What this task involves: Transcribe each record below word for word.

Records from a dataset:
——

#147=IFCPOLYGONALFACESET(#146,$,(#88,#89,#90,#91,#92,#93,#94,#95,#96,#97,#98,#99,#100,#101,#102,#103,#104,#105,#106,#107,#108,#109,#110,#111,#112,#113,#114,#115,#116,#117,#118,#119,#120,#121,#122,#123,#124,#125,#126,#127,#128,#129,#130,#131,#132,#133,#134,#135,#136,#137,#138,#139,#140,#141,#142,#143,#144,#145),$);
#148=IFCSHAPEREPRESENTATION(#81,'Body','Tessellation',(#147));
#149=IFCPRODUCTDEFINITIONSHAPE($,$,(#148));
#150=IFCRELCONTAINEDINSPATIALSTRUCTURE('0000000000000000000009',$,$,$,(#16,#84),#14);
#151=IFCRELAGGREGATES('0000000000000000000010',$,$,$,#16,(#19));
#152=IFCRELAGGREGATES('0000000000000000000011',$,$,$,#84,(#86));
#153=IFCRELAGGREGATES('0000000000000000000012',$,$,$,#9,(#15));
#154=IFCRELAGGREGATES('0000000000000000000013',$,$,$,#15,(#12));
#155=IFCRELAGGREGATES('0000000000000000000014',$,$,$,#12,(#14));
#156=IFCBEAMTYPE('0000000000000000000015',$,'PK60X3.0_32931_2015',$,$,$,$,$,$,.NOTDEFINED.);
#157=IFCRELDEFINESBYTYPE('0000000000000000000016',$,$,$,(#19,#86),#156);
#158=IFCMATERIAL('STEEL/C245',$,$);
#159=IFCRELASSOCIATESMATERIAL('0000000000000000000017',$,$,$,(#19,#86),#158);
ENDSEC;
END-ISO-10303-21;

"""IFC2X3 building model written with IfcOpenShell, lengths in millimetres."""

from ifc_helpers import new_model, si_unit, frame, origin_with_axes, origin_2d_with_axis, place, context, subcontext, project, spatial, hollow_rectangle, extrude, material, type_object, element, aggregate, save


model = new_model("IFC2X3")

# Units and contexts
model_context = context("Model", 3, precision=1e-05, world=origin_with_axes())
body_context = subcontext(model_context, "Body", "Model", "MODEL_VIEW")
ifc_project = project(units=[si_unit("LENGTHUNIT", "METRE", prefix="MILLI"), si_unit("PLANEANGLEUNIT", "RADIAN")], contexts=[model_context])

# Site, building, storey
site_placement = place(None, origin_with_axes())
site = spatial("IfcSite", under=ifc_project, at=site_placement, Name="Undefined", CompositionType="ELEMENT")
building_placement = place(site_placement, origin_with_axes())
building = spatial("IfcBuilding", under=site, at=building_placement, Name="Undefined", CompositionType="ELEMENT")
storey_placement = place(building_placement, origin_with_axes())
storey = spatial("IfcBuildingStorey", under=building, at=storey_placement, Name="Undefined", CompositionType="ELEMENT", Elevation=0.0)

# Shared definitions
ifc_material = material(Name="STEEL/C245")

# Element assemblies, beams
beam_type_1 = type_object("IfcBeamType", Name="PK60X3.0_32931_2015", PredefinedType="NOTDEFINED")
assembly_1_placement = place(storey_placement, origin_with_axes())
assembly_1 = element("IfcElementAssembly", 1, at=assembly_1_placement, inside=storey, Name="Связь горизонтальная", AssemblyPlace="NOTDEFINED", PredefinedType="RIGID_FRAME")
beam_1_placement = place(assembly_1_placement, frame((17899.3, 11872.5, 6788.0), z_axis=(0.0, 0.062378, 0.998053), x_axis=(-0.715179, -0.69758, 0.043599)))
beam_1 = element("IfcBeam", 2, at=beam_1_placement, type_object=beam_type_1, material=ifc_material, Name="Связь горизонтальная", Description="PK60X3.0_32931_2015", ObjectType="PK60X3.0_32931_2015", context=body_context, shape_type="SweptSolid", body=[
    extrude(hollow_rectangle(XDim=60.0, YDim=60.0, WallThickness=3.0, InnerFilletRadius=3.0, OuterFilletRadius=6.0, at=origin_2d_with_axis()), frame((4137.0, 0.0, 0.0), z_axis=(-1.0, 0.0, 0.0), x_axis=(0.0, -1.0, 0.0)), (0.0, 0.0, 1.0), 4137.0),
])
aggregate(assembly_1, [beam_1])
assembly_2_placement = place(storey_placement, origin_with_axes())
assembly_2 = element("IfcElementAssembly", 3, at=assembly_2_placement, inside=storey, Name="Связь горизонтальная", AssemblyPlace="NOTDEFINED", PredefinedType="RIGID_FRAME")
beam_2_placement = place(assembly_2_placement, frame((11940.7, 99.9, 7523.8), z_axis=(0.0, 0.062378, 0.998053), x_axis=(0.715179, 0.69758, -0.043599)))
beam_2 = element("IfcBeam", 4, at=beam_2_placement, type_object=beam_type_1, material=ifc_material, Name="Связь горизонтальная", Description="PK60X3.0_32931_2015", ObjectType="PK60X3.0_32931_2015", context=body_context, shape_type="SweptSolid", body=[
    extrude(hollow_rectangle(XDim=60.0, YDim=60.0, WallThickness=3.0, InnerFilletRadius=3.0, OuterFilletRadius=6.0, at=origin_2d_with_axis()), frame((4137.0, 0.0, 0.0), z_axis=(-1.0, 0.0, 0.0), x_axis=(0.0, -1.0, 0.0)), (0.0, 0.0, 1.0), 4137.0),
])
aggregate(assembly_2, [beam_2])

——

Reply:
#147=IFCPOLYGONALFACESET(#146,$,(#88,#89,#90,#91,#92,#93,#94,#95,#96,#97,#98,#99,#100,#101,#102,#103,#104,#105,#106,#107,#108,#109,#110,#111,#112,#113,#114,#115,#116,#117,#118,#119,#120,#121,#122,#123,#124,#125,#126,#127,#128,#129,#130,#131,#132,#133,#134,#135,#136,#137,#138,#139,#140,#141,#142,#143,#144,#145),$);
#148=IFCSHAPEREPRESENTATION(#81,'Body','Tessellation',(#147));
#149=IFCPRODUCTDEFINITIONSHAPE($,$,(#148));
#150=IFCRELCONTAINEDINSPATIALSTRUCTURE('0000000000000000000009',$,$,$,(#16,#84),#14);
#151=IFCRELAGGREGATES('0000000000000000000010',$,$,$,#16,(#19));
#152=IFCRELAGGREGATES('0000000000000000000011',$,$,$,#84,(#86));
#153=IFCRELAGGREGATES('0000000000000000000012',$,$,$,#9,(#15));
#154=IFCRELAGGREGATES('0000000000000000000013',$,$,$,#15,(#12));
#155=IFCRELAGGREGATES('0000000000000000000014',$,$,$,#12,(#14));
#156=IFCBEAMTYPE('0000000000000000000015',$,'PK60X3.0_32931_2015',$,$,$,$,$,$,.NOTDEFINED.);
#157=IFCRELDEFINESBYTYPE('0000000000000000000016',$,$,$,(#19,#86),#156);
#158=IFCMATERIAL('STEEL/C245',$,$);
#159=IFCRELASSOCIATESMATERIAL('0000000000000000000017',$,$,$,(#19,#86),#158);
ENDSEC;
END-ISO-10303-21;

"""IFC2X3 building model written with IfcOpenShell, lengths in millimetres."""

from ifc_helpers import new_model, si_unit, frame, origin_with_axes, origin_2d_with_axis, place, context, subcontext, project, spatial, hollow_rectangle, extrude, material, type_object, element, aggregate, save


model = new_model("IFC2X3")

# Units and contexts
model_context = context("Model", 3, precision=1e-05, world=origin_with_axes())
body_context = subcontext(model_context, "Body", "Model", "MODEL_VIEW")
ifc_project = project(units=[si_unit("LENGTHUNIT", "METRE", prefix="MILLI"), si_unit("PLANEANGLEUNIT", "RADIAN")], contexts=[model_context])

# Site, building, storey
site_placement = place(None, origin_with_axes())
site = spatial("IfcSite", under=ifc_project, at=site_placement, Name="Undefined", CompositionType="ELEMENT")
building_placement = place(site_placement, origin_with_axes())
building = spatial("IfcBuilding", under=site, at=building_placement, Name="Undefined", CompositionType="ELEMENT")
storey_placement = place(building_placement, origin_with_axes())
storey = spatial("IfcBuildingStorey", under=building, at=storey_placement, Name="Undefined", CompositionType="ELEMENT", Elevation=0.0)

# Shared definitions
ifc_material = material(Name="STEEL/C245")

# Element assemblies, beams
beam_type_1 = type_object("IfcBeamType", Name="PK60X3.0_32931_2015", PredefinedType="NOTDEFINED")
assembly_1_placement = place(storey_placement, origin_with_axes())
assembly_1 = element("IfcElementAssembly", 1, at=assembly_1_placement, inside=storey, Name="Связь горизонтальная", AssemblyPlace="NOTDEFINED", PredefinedType="RIGID_FRAME")
beam_1_placement = place(assembly_1_placement, frame((17899.3, 11872.5, 6788.0), z_axis=(0.0, 0.062378, 0.998053), x_axis=(-0.715179, -0.69758, 0.043599)))
beam_1 = element("IfcBeam", 2, at=beam_1_placement, type_object=beam_type_1, material=ifc_material, Name="Связь горизонтальная", Description="PK60X3.0_32931_2015", ObjectType="PK60X3.0_32931_2015", context=body_context, shape_type="SweptSolid", body=[
    extrude(hollow_rectangle(XDim=60.0, YDim=60.0, WallThickness=3.0, InnerFilletRadius=3.0, OuterFilletRadius=6.0, at=origin_2d_with_axis()), frame((4137.0, 0.0, 0.0), z_axis=(-1.0, 0.0, 0.0), x_axis=(0.0, -1.0, 0.0)), (0.0, 0.0, 1.0), 4137.0),
])
aggregate(assembly_1, [beam_1])
assembly_2_placement = place(storey_placement, origin_with_axes())
assembly_2 = element("IfcElementAssembly", 3, at=assembly_2_placement, inside=storey, Name="Связь горизонтальная", AssemblyPlace="NOTDEFINED", PredefinedType="RIGID_FRAME")
beam_2_placement = place(assembly_2_placement, frame((11940.7, 99.9, 7523.8), z_axis=(0.0, 0.062378, 0.998053), x_axis=(0.715179, 0.69758, -0.043599)))
beam_2 = element("IfcBeam", 4, at=beam_2_placement, type_object=beam_type_1, material=ifc_material, Name="Связь горизонтальная", Description="PK60X3.0_32931_2015", ObjectType="PK60X3.0_32931_2015", context=body_context, shape_type="SweptSolid", body=[
    extrude(hollow_rectangle(XDim=60.0, YDim=60.0, WallThickness=3.0, InnerFilletRadius=3.0, OuterFilletRadius=6.0, at=origin_2d_with_axis()), frame((4137.0, 0.0, 0.0), z_axis=(-1.0, 0.0, 0.0), x_axis=(0.0, -1.0, 0.0)), (0.0, 0.0, 1.0), 4137.0),
])
aggregate(assembly_2, [beam_2])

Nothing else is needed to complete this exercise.